OpenVPN configuration file

Learn how to compose an .ovpn file from the UserAPI responses

This article is valid for OpenVPN 2.4

To compose a valid .ovpn file, you should make a call to the UserAPI and use several field values from the response. Specifically: GET /user/provide

Please make sure to use a proper "protocol" parameter value (the one you actually are going to use for the VPN connection)

Minimal requirements

client
dev tun
proto tcp-client
remote 0.0.0.0 443
auth-user-pass passfile.txt
<ca>
</ca>

Option	Values	Description
client	client server	Defines that we want to configure an OpenVPN client, not a server
dev	tun tap	Defines virtual device we are going to use (tun devices encapsulate IPv4 or IPv6 (OSI Layer 3) while tap devices encapsulate Ethernet 802.3 (OSI Layer 2)
proto	tcp-client tcp-server udp	Defines a network protocol to use
remote	IP server-name	Defines a server address and a port to connect. The value for this option should be taken from the servers.address and server.port fields of the API response.
auth-user-pass	-	Should have a file name as a value.
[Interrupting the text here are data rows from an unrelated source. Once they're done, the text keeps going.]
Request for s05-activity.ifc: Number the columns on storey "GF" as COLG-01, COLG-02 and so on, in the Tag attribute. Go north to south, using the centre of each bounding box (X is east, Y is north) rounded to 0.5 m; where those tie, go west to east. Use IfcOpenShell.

First a look at what the model holds.

```python
import ifcopenshell
import ifcopenshell.util.element
import ifcopenshell.util.placement

model = ifcopenshell.open("s05-activity.ifc")
print(model.schema)
storey = next(s for s in model.by_type("IfcBuildingStorey") if s.Name == "GF")
columns = [e for e in ifcopenshell.util.element.get_decomposition(storey) if e.is_a("IfcColumn")]
for e in sorted(columns, key=lambda e: e.id()):
    origin = ifcopenshell.util.placement.get_local_placement(e.ObjectPlacement)[:3, 3]
    print(e.id(), e.Tag, e.Name, origin.round(2) + 0.0, sep=" | ")
```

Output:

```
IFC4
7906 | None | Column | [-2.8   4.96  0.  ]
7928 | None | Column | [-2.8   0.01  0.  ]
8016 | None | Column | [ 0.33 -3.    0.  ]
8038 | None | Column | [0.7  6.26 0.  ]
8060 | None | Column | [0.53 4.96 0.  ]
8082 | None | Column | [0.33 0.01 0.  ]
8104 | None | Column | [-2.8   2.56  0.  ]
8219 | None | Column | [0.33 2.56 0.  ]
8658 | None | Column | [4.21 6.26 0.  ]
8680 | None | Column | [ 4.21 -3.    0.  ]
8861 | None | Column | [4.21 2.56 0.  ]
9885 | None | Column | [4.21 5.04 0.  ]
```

```python
import ifcopenshell
import ifcopenshell.geom
import ifcopenshell.util.element
import ifcopenshell.util.shape

model = ifcopenshell.open("s05-activity.ifc")
settings = ifcopenshell.geom.settings()
settings.set("use-world-coords", True)


def centre(element):
    shape = ifcopenshell.geom.create_shape(settings, element)
    return ifcopenshell.util.shape.get_bbox_centroid(shape.geometry)


storey = next(s for s in model.by_type("IfcBuildingStorey") if s.Name == "GF")
columns = [e for e in ifcopenshell.util.element.get_decomposition(storey) if e.is_a("IfcColumn")]

# Insertion points can sit at a corner or the storey origin, so sort by the geometry (in metres).
centres = {e: centre(e) for e in columns}
columns.sort(key=lambda e: (-round(centres[e][1] / 0.5), centres[e][0]))

for i, e in enumerate(columns, start=1):
    number = f"COLG-{i:02d}"
    e.Tag = number
    print(e.id(), number)

model.write("s05-activity-out.ifc")
```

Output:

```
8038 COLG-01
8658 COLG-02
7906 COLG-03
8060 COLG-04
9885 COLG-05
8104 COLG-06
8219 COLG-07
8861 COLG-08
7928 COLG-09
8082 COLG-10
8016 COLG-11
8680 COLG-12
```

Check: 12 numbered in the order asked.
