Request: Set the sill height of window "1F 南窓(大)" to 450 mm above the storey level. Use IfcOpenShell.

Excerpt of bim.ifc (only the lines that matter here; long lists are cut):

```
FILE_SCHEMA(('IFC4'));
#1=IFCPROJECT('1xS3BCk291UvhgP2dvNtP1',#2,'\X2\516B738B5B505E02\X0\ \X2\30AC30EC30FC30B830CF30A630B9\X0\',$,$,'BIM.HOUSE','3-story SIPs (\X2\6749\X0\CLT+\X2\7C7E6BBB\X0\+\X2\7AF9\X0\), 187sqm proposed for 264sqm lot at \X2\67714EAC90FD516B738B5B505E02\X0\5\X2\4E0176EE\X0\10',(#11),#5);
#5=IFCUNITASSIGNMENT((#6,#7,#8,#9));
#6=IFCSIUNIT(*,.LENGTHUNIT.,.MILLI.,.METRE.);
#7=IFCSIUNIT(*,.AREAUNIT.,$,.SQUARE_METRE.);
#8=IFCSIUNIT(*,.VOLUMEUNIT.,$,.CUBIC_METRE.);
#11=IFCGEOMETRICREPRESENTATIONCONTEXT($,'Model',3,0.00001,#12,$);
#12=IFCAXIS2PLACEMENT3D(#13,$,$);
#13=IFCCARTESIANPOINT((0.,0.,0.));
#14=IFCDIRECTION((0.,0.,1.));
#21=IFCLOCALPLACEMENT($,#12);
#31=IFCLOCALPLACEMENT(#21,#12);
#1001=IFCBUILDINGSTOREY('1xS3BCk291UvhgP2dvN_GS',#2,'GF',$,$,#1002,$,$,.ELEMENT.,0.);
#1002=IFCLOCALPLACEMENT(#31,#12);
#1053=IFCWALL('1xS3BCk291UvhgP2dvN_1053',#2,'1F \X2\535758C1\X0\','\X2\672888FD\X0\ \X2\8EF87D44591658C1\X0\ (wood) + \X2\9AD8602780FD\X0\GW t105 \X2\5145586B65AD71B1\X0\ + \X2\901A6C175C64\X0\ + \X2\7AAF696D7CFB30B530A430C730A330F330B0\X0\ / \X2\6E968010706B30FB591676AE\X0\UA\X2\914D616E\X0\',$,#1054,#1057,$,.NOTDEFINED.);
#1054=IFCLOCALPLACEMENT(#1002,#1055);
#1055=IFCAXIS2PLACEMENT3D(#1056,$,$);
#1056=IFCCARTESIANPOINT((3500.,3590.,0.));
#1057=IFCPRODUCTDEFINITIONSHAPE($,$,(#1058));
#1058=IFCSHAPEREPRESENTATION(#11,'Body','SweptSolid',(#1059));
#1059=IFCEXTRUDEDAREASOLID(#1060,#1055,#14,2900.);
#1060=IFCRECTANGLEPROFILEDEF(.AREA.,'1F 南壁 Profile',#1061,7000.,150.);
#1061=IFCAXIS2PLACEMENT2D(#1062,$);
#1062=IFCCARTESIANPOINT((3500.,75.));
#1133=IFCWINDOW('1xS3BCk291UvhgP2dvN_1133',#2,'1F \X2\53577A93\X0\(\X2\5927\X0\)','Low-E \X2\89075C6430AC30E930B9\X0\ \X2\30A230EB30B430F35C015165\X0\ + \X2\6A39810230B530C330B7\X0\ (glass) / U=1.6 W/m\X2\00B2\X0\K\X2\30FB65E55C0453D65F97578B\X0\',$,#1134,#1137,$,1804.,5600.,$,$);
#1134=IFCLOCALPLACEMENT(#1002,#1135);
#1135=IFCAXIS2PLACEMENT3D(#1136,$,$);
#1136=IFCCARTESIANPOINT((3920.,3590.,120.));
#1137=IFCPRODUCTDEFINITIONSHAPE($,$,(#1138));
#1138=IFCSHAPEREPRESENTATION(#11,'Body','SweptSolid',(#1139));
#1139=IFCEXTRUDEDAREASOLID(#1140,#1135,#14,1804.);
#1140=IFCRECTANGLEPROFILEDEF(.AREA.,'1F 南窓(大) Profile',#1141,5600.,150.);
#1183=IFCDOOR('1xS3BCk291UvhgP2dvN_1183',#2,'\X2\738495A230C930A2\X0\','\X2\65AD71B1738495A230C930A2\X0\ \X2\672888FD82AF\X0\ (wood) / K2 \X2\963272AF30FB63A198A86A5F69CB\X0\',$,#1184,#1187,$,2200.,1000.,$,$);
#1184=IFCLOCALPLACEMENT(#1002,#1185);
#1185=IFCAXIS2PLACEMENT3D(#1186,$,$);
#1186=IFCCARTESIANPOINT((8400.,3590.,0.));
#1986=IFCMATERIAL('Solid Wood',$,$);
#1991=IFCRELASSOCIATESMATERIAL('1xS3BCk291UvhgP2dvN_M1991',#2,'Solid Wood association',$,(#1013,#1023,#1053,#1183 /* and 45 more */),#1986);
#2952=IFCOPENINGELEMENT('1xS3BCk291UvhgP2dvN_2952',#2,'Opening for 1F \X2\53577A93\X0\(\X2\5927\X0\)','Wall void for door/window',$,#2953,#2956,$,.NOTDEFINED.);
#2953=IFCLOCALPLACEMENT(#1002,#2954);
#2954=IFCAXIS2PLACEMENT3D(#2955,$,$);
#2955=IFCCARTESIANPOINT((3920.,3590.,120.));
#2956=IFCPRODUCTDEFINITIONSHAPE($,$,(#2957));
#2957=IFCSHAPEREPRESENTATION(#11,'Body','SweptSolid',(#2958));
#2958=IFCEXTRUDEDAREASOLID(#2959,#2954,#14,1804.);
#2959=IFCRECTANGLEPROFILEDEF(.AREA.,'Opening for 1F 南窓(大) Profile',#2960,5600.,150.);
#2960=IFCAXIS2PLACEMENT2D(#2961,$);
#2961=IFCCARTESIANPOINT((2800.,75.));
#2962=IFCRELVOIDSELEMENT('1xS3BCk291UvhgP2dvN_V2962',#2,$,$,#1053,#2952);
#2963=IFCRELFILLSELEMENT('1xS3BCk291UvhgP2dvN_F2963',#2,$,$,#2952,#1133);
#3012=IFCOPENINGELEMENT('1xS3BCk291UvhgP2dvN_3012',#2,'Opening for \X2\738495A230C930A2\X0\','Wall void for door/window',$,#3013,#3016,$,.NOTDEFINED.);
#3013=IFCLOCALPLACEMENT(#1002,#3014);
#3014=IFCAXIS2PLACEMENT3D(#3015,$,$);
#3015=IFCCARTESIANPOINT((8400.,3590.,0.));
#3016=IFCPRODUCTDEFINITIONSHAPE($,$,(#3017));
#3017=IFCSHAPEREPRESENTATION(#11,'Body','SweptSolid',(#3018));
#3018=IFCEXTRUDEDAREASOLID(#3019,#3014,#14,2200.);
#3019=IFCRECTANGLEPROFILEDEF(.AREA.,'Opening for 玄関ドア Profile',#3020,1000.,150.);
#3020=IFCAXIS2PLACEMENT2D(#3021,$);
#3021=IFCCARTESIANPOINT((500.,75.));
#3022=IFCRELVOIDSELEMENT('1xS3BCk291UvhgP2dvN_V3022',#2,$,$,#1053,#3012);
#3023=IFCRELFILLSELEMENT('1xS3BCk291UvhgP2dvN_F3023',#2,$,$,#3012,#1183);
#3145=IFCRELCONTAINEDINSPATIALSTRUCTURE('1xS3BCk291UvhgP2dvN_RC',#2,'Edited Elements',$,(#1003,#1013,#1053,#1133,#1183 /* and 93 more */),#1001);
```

```python
import numpy as np
import ifcopenshell
import ifcopenshell.api.geometry
import ifcopenshell.geom
import ifcopenshell.util.element
import ifcopenshell.util.placement
import ifcopenshell.util.shape
import ifcopenshell.util.unit

model = ifcopenshell.open("bim.ifc")
unit_scale = ifcopenshell.util.unit.calculate_unit_scale(model)

window = model.by_guid("1xS3BCk291UvhgP2dvN_1133")
opening = window.FillsVoids[0].RelatingOpeningElement
storey = ifcopenshell.util.element.get_container(window, ifc_class="IfcBuildingStorey")
level = ifcopenshell.util.placement.get_local_placement(storey.ObjectPlacement)[2, 3]

# The opening's origin need not be at the sill, so measure its lowest point.
shape = ifcopenshell.geom.create_shape(ifcopenshell.geom.settings(), opening)
bottom = ifcopenshell.util.shape.get_shape_bottom_elevation(shape, shape.geometry) / unit_scale
dz = level + 0.45 / unit_scale - bottom

shift = np.array([0.0, 0.0, dz])
# The window is not placed relative to its opening, so move both.
for product in (opening, window):
    matrix = ifcopenshell.util.placement.get_local_placement(product.ObjectPlacement)
    matrix[:3, 3] += shift
    ifcopenshell.api.geometry.edit_object_placement(model, product=product, matrix=matrix, is_si=False)

print(f"moved by {dz * unit_scale:+.3f} m")

model.write("bim_edited.ifc")
```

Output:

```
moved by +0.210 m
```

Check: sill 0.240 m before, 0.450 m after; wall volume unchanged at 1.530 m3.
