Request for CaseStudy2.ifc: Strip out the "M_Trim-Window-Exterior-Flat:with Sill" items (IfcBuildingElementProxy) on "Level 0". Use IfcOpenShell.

First a look at what the model holds.

```python
import ifcopenshell
import ifcopenshell.util.element

model = ifcopenshell.open("CaseStudy2.ifc")
print(model.schema)
storey = next(s for s in model.by_type("IfcBuildingStorey") if s.Name == "Level 0")
proxies = [e for e in ifcopenshell.util.element.get_decomposition(storey) if e.is_a("IfcBuildingElementProxy")]
seen = {}
for e in proxies:
    element_type = ifcopenshell.util.element.get_type(e)
    name = element_type.Name if element_type not in (None, e) else None
    seen[name] = seen.get(name, 0) + 1
for name, count in sorted(seen.items(), key=str):
    print(count, "x", name)
```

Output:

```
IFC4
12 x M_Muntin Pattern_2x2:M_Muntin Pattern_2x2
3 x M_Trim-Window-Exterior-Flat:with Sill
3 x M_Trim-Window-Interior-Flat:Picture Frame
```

```python
import ifcopenshell
import ifcopenshell.api.root
import ifcopenshell.util.element

model = ifcopenshell.open("CaseStudy2.ifc")

storey = next(s for s in model.by_type("IfcBuildingStorey") if s.Name == "Level 0")
proxies = [e for e in ifcopenshell.util.element.get_decomposition(storey) if e.is_a("IfcBuildingElementProxy")]
targets = [e for e in proxies if (t := ifcopenshell.util.element.get_type(e)) not in (None, e) and t.Name == "M_Trim-Window-Exterior-Flat:with Sill"]

for e in targets:
    ifcopenshell.api.root.remove_product(model, product=e)
print(len(targets), "removed")

model.write("CaseStudy2_v2.ifc")
```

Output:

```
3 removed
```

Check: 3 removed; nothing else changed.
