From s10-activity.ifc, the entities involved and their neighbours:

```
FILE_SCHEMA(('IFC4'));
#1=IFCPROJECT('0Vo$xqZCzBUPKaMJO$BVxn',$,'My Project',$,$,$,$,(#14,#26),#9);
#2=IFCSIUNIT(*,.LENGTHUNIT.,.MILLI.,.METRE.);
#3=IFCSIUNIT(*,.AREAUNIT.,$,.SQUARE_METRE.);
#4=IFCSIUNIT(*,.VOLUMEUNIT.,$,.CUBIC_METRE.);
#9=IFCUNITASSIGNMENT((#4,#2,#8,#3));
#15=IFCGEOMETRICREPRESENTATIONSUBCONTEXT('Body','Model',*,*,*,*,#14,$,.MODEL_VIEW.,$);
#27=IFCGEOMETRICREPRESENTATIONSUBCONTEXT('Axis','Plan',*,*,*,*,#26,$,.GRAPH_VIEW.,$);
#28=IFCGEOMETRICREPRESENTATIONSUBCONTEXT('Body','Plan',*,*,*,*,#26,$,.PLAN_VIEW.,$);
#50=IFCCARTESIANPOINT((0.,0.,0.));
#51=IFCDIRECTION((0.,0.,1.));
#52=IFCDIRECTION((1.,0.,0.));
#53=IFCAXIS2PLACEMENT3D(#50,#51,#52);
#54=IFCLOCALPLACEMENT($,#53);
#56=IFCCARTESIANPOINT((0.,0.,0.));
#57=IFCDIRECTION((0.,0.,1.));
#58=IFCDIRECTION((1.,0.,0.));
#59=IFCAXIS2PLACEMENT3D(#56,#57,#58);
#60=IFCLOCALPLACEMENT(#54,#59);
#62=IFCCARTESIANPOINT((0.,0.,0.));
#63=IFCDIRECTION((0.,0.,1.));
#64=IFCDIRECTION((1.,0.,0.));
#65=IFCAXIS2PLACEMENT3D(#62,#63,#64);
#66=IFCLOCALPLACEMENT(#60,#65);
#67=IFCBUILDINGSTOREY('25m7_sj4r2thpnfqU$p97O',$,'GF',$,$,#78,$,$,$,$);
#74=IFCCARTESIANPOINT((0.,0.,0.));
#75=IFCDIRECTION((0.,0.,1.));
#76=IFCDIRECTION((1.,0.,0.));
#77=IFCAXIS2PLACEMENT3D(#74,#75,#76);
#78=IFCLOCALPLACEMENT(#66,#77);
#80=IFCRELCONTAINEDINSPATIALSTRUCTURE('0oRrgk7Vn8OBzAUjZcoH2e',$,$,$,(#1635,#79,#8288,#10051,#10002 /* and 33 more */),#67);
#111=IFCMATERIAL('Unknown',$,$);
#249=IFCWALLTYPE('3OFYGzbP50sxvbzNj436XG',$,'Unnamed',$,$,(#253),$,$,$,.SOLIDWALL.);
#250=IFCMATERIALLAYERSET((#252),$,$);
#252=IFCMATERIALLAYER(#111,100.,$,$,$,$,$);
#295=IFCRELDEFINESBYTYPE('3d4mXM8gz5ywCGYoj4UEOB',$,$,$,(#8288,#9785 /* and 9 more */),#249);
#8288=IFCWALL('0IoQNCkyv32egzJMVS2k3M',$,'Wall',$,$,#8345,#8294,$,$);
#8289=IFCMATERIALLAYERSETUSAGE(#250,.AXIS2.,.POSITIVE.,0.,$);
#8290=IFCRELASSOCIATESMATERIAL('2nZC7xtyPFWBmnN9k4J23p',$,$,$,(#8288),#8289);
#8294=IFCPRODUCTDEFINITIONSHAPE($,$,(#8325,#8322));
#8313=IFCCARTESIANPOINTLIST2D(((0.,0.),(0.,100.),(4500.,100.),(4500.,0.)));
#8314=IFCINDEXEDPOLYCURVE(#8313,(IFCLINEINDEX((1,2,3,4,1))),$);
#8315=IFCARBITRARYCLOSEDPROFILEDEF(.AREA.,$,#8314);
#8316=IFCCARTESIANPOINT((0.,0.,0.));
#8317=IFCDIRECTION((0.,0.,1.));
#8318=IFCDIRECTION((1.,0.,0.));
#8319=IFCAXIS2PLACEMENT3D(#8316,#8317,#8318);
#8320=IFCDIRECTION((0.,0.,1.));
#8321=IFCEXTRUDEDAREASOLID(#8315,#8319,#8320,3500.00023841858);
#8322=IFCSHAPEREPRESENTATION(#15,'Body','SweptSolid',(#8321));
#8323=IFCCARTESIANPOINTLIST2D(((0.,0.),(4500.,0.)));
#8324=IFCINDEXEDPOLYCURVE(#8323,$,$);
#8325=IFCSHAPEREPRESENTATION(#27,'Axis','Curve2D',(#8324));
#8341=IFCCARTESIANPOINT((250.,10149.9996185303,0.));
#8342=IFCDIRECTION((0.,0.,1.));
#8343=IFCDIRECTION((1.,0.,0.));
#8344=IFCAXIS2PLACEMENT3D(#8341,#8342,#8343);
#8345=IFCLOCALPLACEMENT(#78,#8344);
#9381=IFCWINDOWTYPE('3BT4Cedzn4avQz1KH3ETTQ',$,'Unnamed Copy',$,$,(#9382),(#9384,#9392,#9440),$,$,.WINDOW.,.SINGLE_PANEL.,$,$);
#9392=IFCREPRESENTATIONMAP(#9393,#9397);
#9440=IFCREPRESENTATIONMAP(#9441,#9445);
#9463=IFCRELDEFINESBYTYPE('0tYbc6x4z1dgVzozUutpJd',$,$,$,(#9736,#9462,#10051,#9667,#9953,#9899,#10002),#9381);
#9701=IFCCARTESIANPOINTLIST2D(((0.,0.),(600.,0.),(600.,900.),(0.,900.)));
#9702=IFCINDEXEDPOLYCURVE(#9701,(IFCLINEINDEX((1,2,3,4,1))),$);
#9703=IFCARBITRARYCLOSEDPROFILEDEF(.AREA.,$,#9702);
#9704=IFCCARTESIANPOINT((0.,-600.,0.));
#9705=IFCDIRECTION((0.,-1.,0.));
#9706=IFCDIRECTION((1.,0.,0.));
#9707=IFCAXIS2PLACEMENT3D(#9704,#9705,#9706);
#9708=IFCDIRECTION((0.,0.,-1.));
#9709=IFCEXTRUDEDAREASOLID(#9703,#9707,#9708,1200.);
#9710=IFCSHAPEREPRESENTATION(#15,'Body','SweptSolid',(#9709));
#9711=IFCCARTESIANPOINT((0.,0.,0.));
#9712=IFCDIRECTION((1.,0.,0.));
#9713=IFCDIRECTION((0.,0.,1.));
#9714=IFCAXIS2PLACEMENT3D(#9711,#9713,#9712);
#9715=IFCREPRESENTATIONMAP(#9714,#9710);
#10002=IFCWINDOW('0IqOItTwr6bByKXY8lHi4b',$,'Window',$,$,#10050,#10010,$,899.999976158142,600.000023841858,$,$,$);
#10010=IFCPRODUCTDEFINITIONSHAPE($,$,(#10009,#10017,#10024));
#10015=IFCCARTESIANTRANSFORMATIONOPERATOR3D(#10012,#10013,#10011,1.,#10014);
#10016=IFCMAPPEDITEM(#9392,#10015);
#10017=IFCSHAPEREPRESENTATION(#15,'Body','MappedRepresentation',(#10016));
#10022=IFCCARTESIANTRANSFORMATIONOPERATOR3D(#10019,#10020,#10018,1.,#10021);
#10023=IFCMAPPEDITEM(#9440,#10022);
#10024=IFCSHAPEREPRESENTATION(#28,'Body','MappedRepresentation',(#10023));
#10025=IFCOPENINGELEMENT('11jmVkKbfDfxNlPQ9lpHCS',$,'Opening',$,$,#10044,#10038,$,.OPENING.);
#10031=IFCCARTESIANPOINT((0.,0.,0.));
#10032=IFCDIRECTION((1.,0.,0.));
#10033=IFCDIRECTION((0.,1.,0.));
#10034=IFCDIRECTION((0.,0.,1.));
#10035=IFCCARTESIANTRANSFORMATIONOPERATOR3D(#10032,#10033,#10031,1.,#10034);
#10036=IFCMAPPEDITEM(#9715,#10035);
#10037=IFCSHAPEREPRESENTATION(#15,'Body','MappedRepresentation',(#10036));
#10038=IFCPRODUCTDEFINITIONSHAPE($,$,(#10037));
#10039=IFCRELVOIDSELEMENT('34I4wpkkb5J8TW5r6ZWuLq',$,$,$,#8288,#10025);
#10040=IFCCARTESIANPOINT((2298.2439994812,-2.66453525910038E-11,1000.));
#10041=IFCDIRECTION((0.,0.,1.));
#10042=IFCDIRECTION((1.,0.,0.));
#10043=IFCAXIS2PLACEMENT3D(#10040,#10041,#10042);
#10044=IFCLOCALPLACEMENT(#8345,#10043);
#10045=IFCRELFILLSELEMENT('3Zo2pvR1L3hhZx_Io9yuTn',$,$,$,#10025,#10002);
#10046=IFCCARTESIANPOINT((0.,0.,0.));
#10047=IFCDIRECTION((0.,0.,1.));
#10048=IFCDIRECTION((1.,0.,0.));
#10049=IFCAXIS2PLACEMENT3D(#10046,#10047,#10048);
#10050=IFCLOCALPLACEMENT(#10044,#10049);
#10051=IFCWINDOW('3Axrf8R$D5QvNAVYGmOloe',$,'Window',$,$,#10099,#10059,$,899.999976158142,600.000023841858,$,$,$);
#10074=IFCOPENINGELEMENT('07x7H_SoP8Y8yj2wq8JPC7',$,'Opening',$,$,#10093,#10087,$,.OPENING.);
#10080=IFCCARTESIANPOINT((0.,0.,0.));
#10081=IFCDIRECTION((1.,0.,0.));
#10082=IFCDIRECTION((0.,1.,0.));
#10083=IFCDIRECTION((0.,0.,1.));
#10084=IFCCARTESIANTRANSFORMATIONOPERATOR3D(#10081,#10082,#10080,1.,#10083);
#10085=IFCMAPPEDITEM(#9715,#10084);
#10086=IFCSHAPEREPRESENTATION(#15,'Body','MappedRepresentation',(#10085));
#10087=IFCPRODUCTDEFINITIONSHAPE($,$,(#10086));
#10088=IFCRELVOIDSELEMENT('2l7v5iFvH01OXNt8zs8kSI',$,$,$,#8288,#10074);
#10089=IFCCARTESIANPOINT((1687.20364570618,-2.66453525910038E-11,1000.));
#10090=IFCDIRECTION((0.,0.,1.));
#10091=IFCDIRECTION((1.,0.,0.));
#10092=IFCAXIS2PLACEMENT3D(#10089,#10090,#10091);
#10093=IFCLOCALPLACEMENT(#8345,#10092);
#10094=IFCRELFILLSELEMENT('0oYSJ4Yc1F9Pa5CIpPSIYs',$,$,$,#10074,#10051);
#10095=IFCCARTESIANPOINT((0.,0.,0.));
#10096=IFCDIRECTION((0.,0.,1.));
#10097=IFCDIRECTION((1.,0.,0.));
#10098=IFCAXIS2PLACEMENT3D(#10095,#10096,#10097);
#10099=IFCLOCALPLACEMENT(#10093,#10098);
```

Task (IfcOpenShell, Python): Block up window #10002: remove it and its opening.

```python
import ifcopenshell
import ifcopenshell.api.feature
import ifcopenshell.api.root
import ifcopenshell.geom
import ifcopenshell.util.shape

model = ifcopenshell.open("s10-activity.ifc")
settings = ifcopenshell.geom.settings()


def volume(element):
    """Net volume in cubic metres, openings subtracted."""
    shape = ifcopenshell.geom.create_shape(settings, element)
    return ifcopenshell.util.shape.get_volume(shape.geometry)


window = model.by_guid("0IqOItTwr6bByKXY8lHi4b")
opening = window.FillsVoids[0].RelatingOpeningElement
wall = opening.VoidsElements[0].RelatingBuildingElement
before = volume(wall)

ifcopenshell.api.root.remove_product(model, product=window)
ifcopenshell.api.feature.remove_feature(model, feature=opening)

after = volume(wall)

print(f"wall volume {before:.3f} -> {after:.3f} m3")

model.write("s10-activity_rev.ifc")
```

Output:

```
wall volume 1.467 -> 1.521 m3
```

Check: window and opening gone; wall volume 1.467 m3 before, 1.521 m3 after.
The file itself should contain the username and the password in that exact order, on separate lines. The actual values should be taken from the respective API response fields. If the file is omitted, username/password are going to be prompted from the console.
<ca></ca>	-	Should include a security certificate from the API response field openvpn-tcp / openvpn-udp

According to the OpenVPN man page, it is impossible to inline username and password directly in the configuration file

Additional options can be used for fine-tuning:

• tun-mtu,

• tun-mtu-extra,

• ping,

• cipher,

• auth

More information on those and other options can be found in the official OpenVPN documentation.